Talk by Emilie Capron

A new temperature data synthesis as an improved benchmark to model the Last Interglacial climate

Abstract
The Last Interglacial (LIG, 129-116 thousand of years BP, ka) offers an opportunity to assess the effect of warmer-than-present-day polar climate on climate-sensitive parts of the Earth system. However, mainly because aligning records from different archives and from different parts of the world is not trivial, a spatio-temporal picture of LIG temperature changes is difficult to obtain.

I will present the first LIG compilation of high-latitude temperature changes associated with a coherent temporal framework built between 47 ice core and marine sediment records and the associated four data-based time slices with temperature anomalies (compared to present-day conditions) for 115, 120, 125 and 130 ka. They provide improved benchmarks to perform climate model-data comparison exercises.

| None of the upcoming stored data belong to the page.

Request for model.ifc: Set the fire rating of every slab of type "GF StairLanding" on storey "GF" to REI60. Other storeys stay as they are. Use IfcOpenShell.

First a look at what the model holds.

```python
import ifcopenshell
import ifcopenshell.util.element

model = ifcopenshell.open("model.ifc")
print(model.schema)
storey = next(s for s in model.by_type("IfcBuildingStorey") if s.Name == "GF")
slabs = [e for e in ifcopenshell.util.element.get_decomposition(storey) if e.is_a("IfcSlab")]
seen = {}
for e in slabs:
    element_type = ifcopenshell.util.element.get_type(e)
    key = (element_type.Name if element_type != e and element_type else None, ifcopenshell.util.element.get_pset(e, "Pset_SlabCommon", "FireRating"))
    seen[key] = seen.get(key, 0) + 1
for (name, value), count in sorted(seen.items(), key=str):
    print(count, "x", name, "|", value)
```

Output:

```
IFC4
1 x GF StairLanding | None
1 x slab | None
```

```python
import ifcopenshell
import ifcopenshell.api.pset
import ifcopenshell.util.element

model = ifcopenshell.open("model.ifc")

storey = next(s for s in model.by_type("IfcBuildingStorey") if s.Name == "GF")
slabs = [e for e in ifcopenshell.util.element.get_decomposition(storey) if e.is_a("IfcSlab")]

count = 0
for e in slabs:
    element_type = ifcopenshell.util.element.get_type(e)
    if element_type in (None, e) or element_type.Name != "GF StairLanding":
        continue
    # add_pset returns the element's existing set when there is one.
    pset = ifcopenshell.api.pset.add_pset(model, product=e, name="Pset_SlabCommon")
    ifcopenshell.api.pset.edit_pset(model, pset=pset, properties={"FireRating": "REI60"})
    count += 1

print(count, "slabs updated")

model.write("model_v2.ifc")
```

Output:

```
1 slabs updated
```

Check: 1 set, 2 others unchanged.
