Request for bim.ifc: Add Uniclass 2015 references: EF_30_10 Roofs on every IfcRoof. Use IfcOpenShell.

First a look at what the model holds.

```python
import ifcopenshell

model = ifcopenshell.open("bim.ifc")
print(model.schema)
print("classifications:", [c.Name for c in model.by_type("IfcClassification")])
for ifc_class in ("IfcDoor", "IfcRoof", "IfcStair", "IfcWall", "IfcWindow"):
    print(ifc_class, len(model.by_type(ifc_class)))
```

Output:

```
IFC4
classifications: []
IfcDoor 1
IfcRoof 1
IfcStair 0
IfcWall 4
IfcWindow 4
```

```python
import ifcopenshell
import ifcopenshell.api.classification

model = ifcopenshell.open("bim.ifc")

system = ifcopenshell.api.classification.add_classification(model, classification="Uniclass 2015")

codes = {
    "IfcRoof": ("EF_30_10", "Roofs"),
}
for ifc_class, (code, name) in codes.items():
    products = model.by_type(ifc_class)
    ifcopenshell.api.classification.add_reference(
        model, products=products, classification=system, identification=code, name=name
    )
    print(code, len(products))

model.write("bim_updated.ifc")
```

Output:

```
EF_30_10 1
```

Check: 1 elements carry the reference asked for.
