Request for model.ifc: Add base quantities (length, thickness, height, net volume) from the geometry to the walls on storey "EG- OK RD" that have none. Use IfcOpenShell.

First a look at what the model holds.

```python
import ifcopenshell
import ifcopenshell.util.element
import ifcopenshell.util.unit

model = ifcopenshell.open("model.ifc")
print(model.schema)
for unit_type in ("LENGTHUNIT", "AREAUNIT", "VOLUMEUNIT"):
    print(unit_type, ifcopenshell.util.unit.calculate_unit_scale(model, unit_type))
storey = next(s for s in model.by_type("IfcBuildingStorey") if s.Name == "EG- OK RD")
walls = [e for e in ifcopenshell.util.element.get_decomposition(storey) if e.is_a("IfcWall")]
for e in sorted(walls, key=lambda e: e.id()):
    print(e.id(), e.is_a(), e.Name, list(ifcopenshell.util.element.get_psets(e, qtos_only=True)), sep=" | ")
```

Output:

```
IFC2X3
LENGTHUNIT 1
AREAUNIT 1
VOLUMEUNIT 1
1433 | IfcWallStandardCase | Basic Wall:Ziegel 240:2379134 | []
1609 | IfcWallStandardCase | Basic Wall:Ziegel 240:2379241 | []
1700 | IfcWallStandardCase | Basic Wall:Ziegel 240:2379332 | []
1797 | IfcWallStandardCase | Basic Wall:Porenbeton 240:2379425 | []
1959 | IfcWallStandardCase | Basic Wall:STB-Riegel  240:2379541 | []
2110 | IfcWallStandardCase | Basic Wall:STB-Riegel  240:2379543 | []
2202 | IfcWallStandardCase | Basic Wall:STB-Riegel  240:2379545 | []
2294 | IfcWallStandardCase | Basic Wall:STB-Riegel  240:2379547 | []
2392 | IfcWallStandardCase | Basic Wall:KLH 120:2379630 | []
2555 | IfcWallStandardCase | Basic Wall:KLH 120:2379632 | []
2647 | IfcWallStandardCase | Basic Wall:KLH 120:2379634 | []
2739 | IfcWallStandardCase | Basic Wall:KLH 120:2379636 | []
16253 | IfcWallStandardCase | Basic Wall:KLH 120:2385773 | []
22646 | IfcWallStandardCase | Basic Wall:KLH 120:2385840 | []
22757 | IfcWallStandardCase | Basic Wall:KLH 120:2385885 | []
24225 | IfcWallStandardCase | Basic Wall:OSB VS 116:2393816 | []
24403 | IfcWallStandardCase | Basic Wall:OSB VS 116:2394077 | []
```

```python
import ifcopenshell
import ifcopenshell.api.pset
import ifcopenshell.geom
import ifcopenshell.util.element
import ifcopenshell.util.shape
import ifcopenshell.util.unit

model = ifcopenshell.open("model.ifc")
unit_scale = ifcopenshell.util.unit.calculate_unit_scale(model)
volume_scale = ifcopenshell.util.unit.calculate_unit_scale(model, "VOLUMEUNIT")
settings = ifcopenshell.geom.settings()

storey = next(s for s in model.by_type("IfcBuildingStorey") if s.Name == "EG- OK RD")
walls = [e for e in ifcopenshell.util.element.get_decomposition(storey) if e.is_a("IfcWall")]

for e in sorted(walls, key=lambda e: e.id()):
    if ifcopenshell.util.element.get_psets(e, qtos_only=True, should_inherit=False):
        continue
    # Geometry comes back in metres, in the element's own axes.
    shape = ifcopenshell.geom.create_shape(settings, e)
    values = {
        "Length": ifcopenshell.util.shape.get_x(shape.geometry) / unit_scale,
        "Width": ifcopenshell.util.shape.get_y(shape.geometry) / unit_scale,
        "Height": ifcopenshell.util.shape.get_z(shape.geometry) / unit_scale,
        "NetVolume": ifcopenshell.util.shape.get_volume(shape.geometry) / volume_scale,
    }
    qto = ifcopenshell.api.pset.add_qto(model, product=e, name="BaseQuantities")
    ifcopenshell.api.pset.edit_qto(model, qto=qto, properties=values)
    print(e.id(), {k: round(v, 3) for k, v in values.items()})

model.write("model_rev.ifc")
```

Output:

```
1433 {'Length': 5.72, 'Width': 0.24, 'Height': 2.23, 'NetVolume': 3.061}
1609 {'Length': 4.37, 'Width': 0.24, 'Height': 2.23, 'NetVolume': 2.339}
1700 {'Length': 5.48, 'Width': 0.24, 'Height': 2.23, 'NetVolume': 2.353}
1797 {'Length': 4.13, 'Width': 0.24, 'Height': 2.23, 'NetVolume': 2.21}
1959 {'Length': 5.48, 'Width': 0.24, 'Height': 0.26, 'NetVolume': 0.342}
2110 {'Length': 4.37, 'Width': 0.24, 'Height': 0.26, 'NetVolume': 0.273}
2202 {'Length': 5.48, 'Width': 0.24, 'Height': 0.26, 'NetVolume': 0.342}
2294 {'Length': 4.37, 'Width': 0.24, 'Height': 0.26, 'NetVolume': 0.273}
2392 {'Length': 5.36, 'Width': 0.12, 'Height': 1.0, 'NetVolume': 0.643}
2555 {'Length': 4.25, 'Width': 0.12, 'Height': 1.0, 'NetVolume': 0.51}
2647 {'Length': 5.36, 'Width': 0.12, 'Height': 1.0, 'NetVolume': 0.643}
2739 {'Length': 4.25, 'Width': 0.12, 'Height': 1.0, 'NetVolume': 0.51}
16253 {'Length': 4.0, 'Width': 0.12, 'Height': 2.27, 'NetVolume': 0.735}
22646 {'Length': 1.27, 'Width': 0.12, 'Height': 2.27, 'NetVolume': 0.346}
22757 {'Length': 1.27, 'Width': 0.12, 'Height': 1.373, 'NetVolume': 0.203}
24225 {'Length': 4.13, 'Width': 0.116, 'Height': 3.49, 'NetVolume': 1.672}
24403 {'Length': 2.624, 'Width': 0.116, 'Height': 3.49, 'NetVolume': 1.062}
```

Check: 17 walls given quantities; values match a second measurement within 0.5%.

In particular, I will discuss a comparison of the 130 ka data-based time slice with the surface temperatures simulated by two General Circulation Models (GCM; CCSM3 and HadCM3) as part of the PMIP3 2012 General Meeting. This exercise highlights that the two GCMs predict warmer-than-present-day conditions earlier than documented in the North Atlantic, while neither model is able to produce the reconstructed early Southern Ocean and Antarctic warming. It strongly suggests that important processes were missing in the set-up of those model experiments.

I will finally show that by including realistic freshwater forcing in HadCM3 to account for the early melting of the Northern Hemisphere ice sheets, we are now able to simulate the asynchronous pattern observed between the two hemispheres in the 130 ka data-based time slice. Our new 130 ka simulations also suggest that the Antarctic surface temperatures are better reproduced when accounting, in addition to a realistic freshwater forcing, for the disintegration of the West Antarctic Ice sheet.